[Saved data entries]
-- -- --
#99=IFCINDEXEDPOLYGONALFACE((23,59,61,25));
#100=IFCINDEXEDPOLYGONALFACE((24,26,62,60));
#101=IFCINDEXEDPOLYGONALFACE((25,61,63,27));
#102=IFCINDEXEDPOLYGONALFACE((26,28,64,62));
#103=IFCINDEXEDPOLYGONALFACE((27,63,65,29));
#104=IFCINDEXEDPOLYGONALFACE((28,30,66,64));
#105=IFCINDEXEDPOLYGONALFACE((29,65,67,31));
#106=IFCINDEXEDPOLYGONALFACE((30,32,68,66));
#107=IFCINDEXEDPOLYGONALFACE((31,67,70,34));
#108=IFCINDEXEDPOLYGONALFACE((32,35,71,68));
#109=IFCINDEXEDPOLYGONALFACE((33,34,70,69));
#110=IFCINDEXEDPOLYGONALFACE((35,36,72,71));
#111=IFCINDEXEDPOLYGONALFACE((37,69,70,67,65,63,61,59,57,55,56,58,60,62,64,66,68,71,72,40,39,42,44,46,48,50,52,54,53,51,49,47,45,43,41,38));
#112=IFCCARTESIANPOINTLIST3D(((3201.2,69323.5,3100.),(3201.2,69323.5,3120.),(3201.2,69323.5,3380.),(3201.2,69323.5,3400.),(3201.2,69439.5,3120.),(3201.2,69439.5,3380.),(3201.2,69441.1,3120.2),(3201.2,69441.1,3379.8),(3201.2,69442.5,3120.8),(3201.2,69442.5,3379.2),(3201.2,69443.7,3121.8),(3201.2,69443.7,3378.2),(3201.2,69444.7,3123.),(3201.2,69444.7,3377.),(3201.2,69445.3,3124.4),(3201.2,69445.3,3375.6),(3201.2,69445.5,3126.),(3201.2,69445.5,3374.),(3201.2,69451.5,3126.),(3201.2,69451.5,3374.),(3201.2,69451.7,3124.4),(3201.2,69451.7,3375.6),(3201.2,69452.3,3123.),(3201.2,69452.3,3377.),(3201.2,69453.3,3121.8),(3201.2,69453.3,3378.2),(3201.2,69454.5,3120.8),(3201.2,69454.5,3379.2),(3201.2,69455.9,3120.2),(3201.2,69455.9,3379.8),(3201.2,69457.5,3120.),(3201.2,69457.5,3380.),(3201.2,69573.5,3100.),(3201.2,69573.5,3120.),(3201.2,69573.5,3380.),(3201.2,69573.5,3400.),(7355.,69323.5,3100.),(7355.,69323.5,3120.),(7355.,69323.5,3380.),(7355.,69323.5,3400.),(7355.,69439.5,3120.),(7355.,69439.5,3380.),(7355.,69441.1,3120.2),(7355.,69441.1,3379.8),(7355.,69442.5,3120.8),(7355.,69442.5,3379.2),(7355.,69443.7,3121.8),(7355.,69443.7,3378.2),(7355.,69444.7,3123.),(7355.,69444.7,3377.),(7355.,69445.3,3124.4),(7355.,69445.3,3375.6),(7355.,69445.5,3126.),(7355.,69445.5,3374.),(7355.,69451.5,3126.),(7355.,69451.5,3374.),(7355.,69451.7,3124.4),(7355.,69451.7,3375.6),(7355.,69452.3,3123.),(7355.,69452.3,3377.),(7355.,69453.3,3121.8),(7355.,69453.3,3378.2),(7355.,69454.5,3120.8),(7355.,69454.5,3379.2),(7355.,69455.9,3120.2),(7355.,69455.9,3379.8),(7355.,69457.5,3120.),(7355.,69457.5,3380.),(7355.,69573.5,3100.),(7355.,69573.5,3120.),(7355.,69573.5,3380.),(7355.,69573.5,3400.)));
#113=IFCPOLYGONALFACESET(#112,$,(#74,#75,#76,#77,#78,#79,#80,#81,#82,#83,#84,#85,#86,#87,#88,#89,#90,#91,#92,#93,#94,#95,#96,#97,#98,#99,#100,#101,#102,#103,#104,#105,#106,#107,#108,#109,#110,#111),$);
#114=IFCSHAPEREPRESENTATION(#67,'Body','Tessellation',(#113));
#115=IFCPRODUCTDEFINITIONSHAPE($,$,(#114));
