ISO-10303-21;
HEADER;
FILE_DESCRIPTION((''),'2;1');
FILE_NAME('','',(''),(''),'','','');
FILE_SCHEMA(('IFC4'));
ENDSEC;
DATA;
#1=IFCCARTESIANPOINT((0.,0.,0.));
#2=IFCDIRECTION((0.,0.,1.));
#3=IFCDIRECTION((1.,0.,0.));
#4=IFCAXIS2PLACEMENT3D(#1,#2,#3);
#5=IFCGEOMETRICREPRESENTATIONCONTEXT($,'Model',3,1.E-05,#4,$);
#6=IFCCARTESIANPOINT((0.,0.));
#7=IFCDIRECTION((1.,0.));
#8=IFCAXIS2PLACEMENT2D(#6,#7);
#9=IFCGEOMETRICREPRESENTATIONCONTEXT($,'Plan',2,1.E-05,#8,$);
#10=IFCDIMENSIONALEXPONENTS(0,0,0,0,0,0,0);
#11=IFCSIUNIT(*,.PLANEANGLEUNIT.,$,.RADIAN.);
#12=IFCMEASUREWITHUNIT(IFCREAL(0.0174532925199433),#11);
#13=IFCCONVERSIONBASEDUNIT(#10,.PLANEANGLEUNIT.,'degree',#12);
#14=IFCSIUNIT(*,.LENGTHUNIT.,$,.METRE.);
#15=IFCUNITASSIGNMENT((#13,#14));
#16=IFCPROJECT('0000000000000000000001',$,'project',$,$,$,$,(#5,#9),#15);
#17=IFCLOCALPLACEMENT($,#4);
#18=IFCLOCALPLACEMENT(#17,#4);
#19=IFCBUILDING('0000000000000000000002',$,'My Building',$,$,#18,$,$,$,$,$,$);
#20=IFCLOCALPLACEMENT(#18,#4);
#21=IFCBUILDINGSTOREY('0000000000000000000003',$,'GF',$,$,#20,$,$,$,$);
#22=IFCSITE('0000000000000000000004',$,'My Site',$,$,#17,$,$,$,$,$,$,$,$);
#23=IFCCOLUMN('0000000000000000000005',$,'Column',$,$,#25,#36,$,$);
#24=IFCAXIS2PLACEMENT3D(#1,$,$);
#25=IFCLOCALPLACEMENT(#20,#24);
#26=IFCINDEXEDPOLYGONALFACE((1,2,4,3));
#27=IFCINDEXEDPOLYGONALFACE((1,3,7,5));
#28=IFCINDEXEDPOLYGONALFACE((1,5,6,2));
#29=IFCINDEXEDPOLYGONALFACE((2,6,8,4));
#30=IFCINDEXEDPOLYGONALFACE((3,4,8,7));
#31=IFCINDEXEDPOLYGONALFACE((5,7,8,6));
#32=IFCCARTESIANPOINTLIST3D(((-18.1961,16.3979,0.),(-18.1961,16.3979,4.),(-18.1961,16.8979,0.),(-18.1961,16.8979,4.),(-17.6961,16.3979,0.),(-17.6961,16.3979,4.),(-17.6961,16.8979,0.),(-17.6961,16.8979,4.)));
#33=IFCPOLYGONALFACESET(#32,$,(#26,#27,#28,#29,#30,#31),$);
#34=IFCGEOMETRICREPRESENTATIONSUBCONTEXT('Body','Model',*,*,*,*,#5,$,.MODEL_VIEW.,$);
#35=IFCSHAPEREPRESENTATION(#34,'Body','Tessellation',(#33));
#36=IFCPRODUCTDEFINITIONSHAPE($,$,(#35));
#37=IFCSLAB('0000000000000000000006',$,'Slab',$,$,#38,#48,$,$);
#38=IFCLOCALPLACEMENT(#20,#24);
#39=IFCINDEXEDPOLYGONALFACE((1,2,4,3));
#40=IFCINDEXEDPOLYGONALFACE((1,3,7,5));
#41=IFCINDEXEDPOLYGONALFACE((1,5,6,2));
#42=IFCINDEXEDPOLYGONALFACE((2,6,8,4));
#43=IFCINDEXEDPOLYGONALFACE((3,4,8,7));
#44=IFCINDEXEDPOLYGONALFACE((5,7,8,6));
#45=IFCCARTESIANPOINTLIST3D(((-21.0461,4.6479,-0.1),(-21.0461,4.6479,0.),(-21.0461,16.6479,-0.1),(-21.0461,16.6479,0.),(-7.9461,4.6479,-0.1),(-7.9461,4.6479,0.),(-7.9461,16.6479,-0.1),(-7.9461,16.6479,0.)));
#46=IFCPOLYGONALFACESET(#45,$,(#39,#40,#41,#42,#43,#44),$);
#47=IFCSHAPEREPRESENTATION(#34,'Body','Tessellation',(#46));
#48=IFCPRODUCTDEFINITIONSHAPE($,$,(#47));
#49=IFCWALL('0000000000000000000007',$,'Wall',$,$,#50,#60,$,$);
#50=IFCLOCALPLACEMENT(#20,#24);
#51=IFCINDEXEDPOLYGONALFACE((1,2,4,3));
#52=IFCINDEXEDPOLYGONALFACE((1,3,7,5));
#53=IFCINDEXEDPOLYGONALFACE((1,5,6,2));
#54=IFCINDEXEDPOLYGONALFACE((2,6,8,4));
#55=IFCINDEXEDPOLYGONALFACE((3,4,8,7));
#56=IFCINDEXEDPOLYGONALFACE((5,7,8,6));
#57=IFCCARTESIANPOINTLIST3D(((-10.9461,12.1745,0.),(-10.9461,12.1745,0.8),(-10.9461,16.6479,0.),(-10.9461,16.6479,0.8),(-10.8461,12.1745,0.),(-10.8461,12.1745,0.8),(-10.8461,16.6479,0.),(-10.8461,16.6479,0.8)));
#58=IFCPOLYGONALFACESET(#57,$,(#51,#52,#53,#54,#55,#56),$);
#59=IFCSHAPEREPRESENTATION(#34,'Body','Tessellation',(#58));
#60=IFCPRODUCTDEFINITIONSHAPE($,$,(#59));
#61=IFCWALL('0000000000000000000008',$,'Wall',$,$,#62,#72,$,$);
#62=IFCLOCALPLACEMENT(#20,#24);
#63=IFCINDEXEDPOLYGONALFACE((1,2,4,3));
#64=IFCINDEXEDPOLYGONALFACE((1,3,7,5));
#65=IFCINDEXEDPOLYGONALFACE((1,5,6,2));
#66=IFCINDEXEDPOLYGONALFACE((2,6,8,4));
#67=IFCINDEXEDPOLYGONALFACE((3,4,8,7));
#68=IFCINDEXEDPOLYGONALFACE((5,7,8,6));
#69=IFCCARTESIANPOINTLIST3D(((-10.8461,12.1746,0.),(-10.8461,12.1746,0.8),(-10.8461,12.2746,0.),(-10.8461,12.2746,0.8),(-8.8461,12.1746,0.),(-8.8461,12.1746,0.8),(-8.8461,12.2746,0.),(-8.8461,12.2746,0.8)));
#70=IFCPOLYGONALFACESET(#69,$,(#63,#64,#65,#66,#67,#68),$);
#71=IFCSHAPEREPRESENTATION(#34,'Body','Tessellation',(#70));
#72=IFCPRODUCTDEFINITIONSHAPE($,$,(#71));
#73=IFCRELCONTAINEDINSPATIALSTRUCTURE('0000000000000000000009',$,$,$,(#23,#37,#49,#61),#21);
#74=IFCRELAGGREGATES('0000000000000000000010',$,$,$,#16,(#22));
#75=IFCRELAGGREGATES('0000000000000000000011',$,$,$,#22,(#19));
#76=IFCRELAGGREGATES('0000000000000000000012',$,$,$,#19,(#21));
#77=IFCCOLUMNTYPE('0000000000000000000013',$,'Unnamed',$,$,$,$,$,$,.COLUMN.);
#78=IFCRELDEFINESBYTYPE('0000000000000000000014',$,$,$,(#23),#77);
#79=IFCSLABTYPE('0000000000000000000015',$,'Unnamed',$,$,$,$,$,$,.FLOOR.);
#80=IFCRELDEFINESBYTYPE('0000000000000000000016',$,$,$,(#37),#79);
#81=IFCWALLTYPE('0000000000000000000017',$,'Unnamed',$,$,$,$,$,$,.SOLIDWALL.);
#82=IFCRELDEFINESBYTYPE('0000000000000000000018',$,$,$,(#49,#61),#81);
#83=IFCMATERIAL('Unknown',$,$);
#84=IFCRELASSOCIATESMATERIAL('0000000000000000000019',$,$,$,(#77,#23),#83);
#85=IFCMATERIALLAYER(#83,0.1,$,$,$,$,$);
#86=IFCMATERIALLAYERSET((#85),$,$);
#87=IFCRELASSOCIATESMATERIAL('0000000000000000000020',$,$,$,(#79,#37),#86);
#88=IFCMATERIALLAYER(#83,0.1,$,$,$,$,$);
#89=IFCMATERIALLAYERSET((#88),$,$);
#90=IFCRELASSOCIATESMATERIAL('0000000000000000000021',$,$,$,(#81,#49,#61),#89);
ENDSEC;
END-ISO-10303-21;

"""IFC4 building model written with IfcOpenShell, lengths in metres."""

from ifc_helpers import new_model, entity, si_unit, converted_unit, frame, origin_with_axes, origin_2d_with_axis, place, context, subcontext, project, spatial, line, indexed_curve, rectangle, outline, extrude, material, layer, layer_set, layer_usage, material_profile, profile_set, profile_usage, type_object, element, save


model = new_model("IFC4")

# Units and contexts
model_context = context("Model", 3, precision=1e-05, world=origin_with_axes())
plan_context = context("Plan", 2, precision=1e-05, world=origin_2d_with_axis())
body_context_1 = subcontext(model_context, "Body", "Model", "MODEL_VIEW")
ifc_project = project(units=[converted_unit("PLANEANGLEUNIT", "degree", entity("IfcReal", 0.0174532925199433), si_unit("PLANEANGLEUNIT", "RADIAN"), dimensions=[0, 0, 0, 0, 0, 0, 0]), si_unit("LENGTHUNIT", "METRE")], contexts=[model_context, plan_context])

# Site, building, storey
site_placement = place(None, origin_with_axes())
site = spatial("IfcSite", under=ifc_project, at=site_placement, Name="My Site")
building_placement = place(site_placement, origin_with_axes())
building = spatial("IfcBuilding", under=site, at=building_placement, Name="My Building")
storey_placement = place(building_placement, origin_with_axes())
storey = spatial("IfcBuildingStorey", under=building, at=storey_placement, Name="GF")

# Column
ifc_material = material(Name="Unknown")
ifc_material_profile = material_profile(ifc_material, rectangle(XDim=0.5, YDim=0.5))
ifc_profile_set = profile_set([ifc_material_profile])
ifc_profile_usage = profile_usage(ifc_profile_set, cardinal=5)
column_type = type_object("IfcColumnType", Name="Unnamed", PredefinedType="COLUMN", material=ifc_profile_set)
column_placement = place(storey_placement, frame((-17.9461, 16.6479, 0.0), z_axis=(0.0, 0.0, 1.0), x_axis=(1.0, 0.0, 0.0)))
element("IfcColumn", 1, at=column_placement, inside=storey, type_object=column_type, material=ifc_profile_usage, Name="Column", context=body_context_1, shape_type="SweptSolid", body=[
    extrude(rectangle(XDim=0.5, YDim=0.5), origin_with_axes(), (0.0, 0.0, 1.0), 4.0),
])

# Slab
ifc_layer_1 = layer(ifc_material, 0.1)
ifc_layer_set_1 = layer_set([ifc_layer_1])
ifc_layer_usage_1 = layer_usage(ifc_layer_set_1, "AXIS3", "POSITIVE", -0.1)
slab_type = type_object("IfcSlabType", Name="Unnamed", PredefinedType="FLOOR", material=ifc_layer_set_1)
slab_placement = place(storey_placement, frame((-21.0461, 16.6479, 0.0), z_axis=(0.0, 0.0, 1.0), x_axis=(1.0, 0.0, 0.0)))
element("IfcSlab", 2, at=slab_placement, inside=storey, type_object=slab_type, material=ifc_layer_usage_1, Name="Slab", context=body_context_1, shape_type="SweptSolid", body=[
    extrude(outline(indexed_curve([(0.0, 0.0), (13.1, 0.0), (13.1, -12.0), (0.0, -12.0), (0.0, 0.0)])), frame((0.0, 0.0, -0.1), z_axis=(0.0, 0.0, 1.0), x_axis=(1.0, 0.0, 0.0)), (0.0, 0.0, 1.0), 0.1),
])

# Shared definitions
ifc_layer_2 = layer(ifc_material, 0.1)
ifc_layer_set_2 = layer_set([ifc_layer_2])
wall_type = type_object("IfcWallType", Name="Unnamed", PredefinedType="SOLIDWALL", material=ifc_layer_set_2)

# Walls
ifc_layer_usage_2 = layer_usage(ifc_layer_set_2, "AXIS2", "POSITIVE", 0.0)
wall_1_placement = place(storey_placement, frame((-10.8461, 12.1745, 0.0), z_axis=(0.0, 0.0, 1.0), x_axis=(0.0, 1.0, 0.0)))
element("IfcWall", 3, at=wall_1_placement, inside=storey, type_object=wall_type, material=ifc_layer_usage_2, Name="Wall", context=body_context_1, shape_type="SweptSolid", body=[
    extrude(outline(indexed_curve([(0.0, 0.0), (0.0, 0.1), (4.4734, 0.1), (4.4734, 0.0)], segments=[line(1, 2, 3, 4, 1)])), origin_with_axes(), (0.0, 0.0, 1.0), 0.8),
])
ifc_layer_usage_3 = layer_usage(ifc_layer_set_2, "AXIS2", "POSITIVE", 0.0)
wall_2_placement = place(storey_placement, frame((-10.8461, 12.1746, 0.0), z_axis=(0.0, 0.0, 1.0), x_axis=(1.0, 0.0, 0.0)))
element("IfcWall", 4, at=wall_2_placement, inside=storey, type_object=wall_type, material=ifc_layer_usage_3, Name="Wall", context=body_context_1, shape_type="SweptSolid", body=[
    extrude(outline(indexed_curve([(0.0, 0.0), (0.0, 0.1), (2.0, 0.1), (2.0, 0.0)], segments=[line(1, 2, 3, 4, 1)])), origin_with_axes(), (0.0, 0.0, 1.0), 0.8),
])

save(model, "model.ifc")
-- -- --
PROBLEM STATEMENT: I'd like the lines above from the one with "#88=IFCMATERIALLAYER(#83,0.1,$,$,$,$,$);" up to and including the one with "END-ISO-10303-21;" copied exactly, with no other lines.

SOLUTION TO THIS PROBLEM:
#88=IFCMATERIALLAYER(#83,0.1,$,$,$,$,$);
#89=IFCMATERIALLAYERSET((#88),$,$);
#90=IFCRELASSOCIATESMATERIAL('0000000000000000000021',$,$,$,(#81,#49,#61),#89);
ENDSEC;
END-ISO-10303-21;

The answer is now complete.